▶ **EXERCISE OBJECTIVE**
Each line below with the string "IFCMATERIALLIST" should be copied.

▶ **INPUT MATERIAL**

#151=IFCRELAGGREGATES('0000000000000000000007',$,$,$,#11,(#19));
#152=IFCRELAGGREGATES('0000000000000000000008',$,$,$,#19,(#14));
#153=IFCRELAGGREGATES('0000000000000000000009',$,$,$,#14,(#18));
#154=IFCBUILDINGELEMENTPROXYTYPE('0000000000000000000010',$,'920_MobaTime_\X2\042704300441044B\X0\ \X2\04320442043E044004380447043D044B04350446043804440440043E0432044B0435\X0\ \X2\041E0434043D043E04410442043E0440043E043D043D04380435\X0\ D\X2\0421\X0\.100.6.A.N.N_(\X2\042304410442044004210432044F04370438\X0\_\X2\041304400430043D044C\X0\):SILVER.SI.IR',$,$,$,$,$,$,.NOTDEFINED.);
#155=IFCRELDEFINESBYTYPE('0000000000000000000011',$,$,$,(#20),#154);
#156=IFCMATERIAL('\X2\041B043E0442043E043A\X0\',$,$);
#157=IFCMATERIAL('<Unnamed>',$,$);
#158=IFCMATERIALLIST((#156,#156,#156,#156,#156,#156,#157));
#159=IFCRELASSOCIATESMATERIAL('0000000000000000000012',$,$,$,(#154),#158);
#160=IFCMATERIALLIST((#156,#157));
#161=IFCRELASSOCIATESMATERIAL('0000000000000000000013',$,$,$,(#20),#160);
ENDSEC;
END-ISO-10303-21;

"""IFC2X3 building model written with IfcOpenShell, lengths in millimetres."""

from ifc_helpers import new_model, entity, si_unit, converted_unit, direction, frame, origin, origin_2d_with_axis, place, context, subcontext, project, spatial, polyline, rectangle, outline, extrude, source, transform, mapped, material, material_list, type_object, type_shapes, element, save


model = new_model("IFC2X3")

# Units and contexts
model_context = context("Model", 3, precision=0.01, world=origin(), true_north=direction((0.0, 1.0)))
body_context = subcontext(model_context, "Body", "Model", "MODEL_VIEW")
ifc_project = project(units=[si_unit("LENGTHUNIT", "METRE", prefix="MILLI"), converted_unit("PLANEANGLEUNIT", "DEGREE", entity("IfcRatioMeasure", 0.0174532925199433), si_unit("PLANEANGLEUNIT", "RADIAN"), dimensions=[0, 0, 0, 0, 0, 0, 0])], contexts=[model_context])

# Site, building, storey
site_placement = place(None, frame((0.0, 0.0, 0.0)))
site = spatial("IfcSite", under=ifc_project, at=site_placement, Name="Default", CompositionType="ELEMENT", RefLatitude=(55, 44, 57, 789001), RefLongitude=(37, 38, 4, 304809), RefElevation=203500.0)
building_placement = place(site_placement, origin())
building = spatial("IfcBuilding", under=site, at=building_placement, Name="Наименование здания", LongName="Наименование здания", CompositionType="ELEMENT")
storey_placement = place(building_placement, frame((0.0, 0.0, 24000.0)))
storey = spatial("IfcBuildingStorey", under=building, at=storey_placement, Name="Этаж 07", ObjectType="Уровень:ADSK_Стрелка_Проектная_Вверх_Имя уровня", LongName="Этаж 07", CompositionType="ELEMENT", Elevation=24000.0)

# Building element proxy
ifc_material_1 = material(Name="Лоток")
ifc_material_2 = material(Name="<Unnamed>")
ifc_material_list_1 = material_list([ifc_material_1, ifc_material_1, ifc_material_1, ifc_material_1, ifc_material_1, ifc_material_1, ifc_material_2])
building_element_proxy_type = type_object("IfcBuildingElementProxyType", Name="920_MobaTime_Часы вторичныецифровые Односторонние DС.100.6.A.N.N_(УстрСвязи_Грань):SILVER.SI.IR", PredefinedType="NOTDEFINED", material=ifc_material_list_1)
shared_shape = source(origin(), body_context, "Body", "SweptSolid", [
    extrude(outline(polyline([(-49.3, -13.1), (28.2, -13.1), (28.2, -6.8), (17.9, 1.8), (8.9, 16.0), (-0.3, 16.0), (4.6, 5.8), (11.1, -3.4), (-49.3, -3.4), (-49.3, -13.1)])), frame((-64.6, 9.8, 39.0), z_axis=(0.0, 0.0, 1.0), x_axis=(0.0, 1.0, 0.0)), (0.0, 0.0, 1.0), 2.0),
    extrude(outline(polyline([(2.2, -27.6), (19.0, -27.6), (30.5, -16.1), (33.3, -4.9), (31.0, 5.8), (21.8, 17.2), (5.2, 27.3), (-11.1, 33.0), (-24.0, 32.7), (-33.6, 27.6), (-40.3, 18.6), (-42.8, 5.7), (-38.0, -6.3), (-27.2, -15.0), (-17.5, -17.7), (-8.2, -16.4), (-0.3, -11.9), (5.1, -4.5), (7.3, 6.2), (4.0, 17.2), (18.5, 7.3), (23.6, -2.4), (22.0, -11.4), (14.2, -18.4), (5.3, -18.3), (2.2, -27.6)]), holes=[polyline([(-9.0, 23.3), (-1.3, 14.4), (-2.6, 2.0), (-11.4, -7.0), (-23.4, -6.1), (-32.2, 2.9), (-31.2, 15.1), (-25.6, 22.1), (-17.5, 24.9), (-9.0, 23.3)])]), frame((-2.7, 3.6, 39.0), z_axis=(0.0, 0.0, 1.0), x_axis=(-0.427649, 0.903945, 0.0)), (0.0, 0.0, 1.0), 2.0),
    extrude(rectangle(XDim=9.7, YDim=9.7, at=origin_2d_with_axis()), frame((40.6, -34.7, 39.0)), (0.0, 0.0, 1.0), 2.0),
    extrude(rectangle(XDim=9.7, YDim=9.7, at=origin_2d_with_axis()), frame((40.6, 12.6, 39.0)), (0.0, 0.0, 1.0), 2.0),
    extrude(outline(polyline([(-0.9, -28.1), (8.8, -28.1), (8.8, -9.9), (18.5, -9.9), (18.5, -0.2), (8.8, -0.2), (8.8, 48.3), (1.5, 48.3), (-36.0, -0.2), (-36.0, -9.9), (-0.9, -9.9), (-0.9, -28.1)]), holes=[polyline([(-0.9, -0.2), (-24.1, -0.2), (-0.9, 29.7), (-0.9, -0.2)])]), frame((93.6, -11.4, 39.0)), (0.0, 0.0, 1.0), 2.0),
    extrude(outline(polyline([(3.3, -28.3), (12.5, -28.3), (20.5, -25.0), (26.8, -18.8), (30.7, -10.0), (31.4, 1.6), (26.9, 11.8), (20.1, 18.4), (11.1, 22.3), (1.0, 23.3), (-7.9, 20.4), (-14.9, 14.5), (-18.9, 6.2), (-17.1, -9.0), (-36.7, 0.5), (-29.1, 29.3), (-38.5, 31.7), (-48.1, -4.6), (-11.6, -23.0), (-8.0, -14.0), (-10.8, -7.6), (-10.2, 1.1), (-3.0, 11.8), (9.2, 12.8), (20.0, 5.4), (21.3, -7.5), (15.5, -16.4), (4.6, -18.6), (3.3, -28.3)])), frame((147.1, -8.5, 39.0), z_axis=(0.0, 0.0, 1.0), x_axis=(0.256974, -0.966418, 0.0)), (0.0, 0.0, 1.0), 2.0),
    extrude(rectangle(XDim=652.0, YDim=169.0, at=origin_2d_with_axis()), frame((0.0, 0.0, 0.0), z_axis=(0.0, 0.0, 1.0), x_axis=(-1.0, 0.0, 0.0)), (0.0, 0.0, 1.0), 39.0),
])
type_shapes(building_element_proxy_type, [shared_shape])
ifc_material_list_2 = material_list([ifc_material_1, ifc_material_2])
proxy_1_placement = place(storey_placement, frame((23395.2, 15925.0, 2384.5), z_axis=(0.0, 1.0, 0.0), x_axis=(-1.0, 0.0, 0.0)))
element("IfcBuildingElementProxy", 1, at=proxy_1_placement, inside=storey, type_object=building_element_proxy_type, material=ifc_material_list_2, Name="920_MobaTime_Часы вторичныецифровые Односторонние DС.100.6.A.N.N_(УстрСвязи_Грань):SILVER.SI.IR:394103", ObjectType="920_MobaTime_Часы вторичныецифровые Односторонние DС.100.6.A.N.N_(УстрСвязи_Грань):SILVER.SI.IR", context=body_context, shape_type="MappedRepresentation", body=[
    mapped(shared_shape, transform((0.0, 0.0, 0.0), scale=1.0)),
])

▶ **RESULT OF THIS TASK**
#158=IFCMATERIALLIST((#156,#156,#156,#156,#156,#156,#157));
#160=IFCMATERIALLIST((#156,#157));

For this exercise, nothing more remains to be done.